Morgen erscheint der dritte Band der Galgenmärchen und da ich ein Fan von Nora Bendzko und ihren wirklich düsteren Märchenadaptionen bin, habe ich mir gedacht, stelle ich sie doch mal vor. 

Was erwarte ich, wenn ich ein Märchen lese? Klassisch gesehen, ein klare Definition von Gut und Böse, moralische Überlegungen und natürlich am Ende ein Happy End. Bei Noras Märchen steht allerdings Galgen davor und das verrät schon sehr viel über ihre Märchen. Denn diese hier sind düster und der Tod ist allgegenwärtig. Was mich auch nicht wundert, wenn sich die Geschichten alle zur Zeit des 30-jährigen Krieges abspielen. Und auch das klassische Gut und Böse findet man hier nicht, sondern es geht um den Werdegang von Personen, die alles verloren haben und einfach nur Überleben wollen, ohne sich selbst dabei zu verlieren. Auch wenn dunkle Mächte ihre Finger im Spiel haben.
Über ihre Adaptionen schreibt Nora auf ihrer Homepage folgendes zum Inhalt:

Welche Arten der dunklen Fantastik – ob Dark Fantasy, Horror oder Geistergeschichte – und welcher Teil Europas variieren dabei von Geschichte zu Geschichte. Zwischen Herrschafts- und Religionskriegen, Pestwellen und Hexenverfolgung kämpfen dabei die unterschiedlichsten Charaktere, von der Bettlerin bis zum König, um Verstand und Überleben.
Ich finde, dass diese Beschreibung nicht nur super passend ist, sondern sie macht für mich auch den Reiz dieser Galgemärchen aus. Übrigens sind die Märchen Einzelbände und können unabhängig voneinander gelesen werden. Aber jetzt stelle ich euch die drei Galgenmärchen anhand ihrer Klappentexte vor. Und wer dann noch Lust hat, kann sich meine Rezensionen dazu durchlesen.

Wolfssucht - eine Novelle

Irina musste als Kind mit ansehen, wie ihre Schwester Leonore ermordet wurde. Nur weil Skandar, der Sohn des Jägers, sie beschützte, ist Irina noch am Leben. Selbst als Erwachsene verfolgen sie die Bilder des brutalen Mordes. In ihrem Dorf fühlt sie sich ausgestoßen. Hinter ihrem Rücken nennt man sie verflucht. Allein Skandar will Irina für sich gewinnen. Als er sein Ziel nicht erreicht, schlägt seine Zuneigung in Gewalt um. Irina muss fliehen. Doch »es« lauert immer noch da draußen. Im finsteren Wald. Leonores Mörder hat Irina nicht vergessen. Ihre erneute Begegnung setzt blutige Ereignisse in Gang, die das ganze Dorf ins Verderben zu reißen drohen …
Eine dunkelfantastische Novelle zur Zeit des 30-jährigen Krieges, angelehnt an das bekannte Märchen der Brüder Grimm: »Rotkäppchen«.

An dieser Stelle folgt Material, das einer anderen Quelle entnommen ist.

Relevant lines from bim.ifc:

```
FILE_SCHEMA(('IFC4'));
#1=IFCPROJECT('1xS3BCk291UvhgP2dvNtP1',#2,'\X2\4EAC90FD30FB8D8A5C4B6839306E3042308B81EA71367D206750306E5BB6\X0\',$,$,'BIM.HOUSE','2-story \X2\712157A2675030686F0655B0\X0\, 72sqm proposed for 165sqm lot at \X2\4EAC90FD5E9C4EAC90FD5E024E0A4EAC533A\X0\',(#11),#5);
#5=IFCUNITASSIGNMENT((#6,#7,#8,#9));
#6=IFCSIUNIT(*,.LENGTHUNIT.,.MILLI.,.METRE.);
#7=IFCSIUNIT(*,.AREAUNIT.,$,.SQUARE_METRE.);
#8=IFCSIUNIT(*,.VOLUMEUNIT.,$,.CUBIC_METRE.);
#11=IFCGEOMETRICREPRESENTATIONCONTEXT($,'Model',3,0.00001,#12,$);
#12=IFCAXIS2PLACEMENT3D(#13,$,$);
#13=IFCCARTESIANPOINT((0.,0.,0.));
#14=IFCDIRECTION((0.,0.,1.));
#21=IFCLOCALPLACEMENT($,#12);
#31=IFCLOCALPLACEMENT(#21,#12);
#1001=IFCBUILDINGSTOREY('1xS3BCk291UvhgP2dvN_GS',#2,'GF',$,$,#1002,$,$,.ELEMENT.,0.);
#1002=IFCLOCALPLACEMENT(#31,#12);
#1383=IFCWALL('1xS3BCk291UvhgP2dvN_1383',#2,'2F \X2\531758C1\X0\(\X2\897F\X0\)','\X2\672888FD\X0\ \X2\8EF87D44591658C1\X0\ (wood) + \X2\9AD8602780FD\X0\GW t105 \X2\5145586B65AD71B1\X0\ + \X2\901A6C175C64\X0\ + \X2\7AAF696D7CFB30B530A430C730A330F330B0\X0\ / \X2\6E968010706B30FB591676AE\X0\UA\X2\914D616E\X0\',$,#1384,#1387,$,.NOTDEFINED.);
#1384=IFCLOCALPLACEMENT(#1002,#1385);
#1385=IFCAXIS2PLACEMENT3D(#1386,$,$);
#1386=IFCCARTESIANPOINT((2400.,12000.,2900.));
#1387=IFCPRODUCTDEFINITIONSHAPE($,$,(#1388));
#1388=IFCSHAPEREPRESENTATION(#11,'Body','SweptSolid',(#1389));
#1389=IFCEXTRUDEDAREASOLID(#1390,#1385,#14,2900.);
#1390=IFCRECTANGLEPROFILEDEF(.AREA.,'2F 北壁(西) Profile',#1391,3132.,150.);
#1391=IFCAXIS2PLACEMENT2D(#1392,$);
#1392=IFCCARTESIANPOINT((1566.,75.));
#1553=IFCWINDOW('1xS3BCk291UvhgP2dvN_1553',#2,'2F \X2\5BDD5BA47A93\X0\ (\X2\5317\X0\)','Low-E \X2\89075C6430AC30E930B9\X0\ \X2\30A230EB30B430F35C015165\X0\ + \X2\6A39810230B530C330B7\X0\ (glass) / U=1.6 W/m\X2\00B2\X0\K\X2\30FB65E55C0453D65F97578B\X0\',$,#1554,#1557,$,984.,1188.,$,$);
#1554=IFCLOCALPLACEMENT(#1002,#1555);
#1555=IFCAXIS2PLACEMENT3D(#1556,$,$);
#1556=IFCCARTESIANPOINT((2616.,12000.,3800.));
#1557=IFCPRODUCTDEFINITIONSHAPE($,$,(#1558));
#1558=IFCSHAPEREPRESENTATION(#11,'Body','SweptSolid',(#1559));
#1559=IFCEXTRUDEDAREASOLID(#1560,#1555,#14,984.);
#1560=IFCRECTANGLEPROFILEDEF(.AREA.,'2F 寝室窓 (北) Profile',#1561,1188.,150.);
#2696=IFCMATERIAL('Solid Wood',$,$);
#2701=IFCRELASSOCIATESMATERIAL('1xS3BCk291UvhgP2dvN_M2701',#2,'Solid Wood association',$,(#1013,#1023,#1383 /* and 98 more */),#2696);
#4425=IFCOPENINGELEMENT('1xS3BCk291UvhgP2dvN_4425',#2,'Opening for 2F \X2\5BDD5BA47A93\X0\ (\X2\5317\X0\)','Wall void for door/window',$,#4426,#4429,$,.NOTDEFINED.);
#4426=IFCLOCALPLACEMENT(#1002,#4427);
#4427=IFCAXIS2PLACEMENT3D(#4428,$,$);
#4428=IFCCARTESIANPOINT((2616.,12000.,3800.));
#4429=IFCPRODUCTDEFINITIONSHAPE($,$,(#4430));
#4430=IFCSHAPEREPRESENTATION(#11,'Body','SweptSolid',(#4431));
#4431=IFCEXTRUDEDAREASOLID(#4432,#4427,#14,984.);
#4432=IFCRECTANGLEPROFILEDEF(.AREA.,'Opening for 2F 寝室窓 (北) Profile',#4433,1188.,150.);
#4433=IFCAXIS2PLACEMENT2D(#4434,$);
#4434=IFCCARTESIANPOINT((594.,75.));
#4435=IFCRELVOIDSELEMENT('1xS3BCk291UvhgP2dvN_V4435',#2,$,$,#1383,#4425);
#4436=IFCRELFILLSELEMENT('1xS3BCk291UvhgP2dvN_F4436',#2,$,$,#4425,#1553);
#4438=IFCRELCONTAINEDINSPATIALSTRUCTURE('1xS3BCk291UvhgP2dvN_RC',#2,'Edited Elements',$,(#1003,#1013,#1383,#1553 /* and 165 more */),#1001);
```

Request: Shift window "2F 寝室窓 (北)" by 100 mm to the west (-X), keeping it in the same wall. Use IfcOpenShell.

```python
import ifcopenshell
import ifcopenshell.api.geometry
import ifcopenshell.util.placement
import ifcopenshell.util.unit

model = ifcopenshell.open("bim.ifc")
unit_scale = ifcopenshell.util.unit.calculate_unit_scale(model)

window = model.by_guid("1xS3BCk291UvhgP2dvN_1553")
opening = window.FillsVoids[0].RelatingOpeningElement
wall = opening.VoidsElements[0].RelatingBuildingElement

wall_matrix = ifcopenshell.util.placement.get_local_placement(wall.ObjectPlacement)
shift = wall_matrix[:3, 0] * -0.1 / unit_scale
before = ifcopenshell.util.placement.get_local_placement(window.ObjectPlacement)[:3, 3].copy()

# The window is not placed relative to its opening, so move both.
for product in (opening, window):
    matrix = ifcopenshell.util.placement.get_local_placement(product.ObjectPlacement)
    matrix[:3, 3] += shift
    ifcopenshell.api.geometry.edit_object_placement(model, product=product, matrix=matrix, is_si=False)

after = ifcopenshell.util.placement.get_local_placement(window.ObjectPlacement)[:3, 3]
print("window moved by", (after - before).round(3) + 0.0)

model.write("bim_rev.ifc")
```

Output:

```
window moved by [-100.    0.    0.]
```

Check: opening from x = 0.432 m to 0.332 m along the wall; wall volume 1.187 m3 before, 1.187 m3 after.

Meine Rezension findet ihr hier.

Kindsräuber - ein Roman

Prag, 1620: Krieg, Hunger und ein Geist mit dem Namen »Rumpelstilzchen« suchen die Stadt heim. Wo immer er erscheint, verschwindet ein Kind. Alene, die die Gabe besitzt, die Geister der Toten zu sehen, ist ihm bereits vor einem Jahr begegnet. Nun ist sie selbst schwanger. Gequält von der Angst, ihr Kind verlieren zu können, schlägt sie sich im zerrütteten Prag durch. Aber sie scheint nur ein Spielball höherer Mächte zu sein: Wieso tritt ihr lang verlorener Kindheitsfreund Patrik Emil wieder in ihr Leben? Warum will er sie zum König von Prag bringen? Alene muss nach Antworten suchen … doch ihr bleiben nur drei Tage. Denn Rumpelstilzchen hat ihren Tod prophezeit.
Eine dunkelfantastische Thriller-Adaption zur Zeit des 30-jährigen Krieges, angelehnt an das bekannte Märchen der Brüder Grimm: »Rumpelstilzchen«.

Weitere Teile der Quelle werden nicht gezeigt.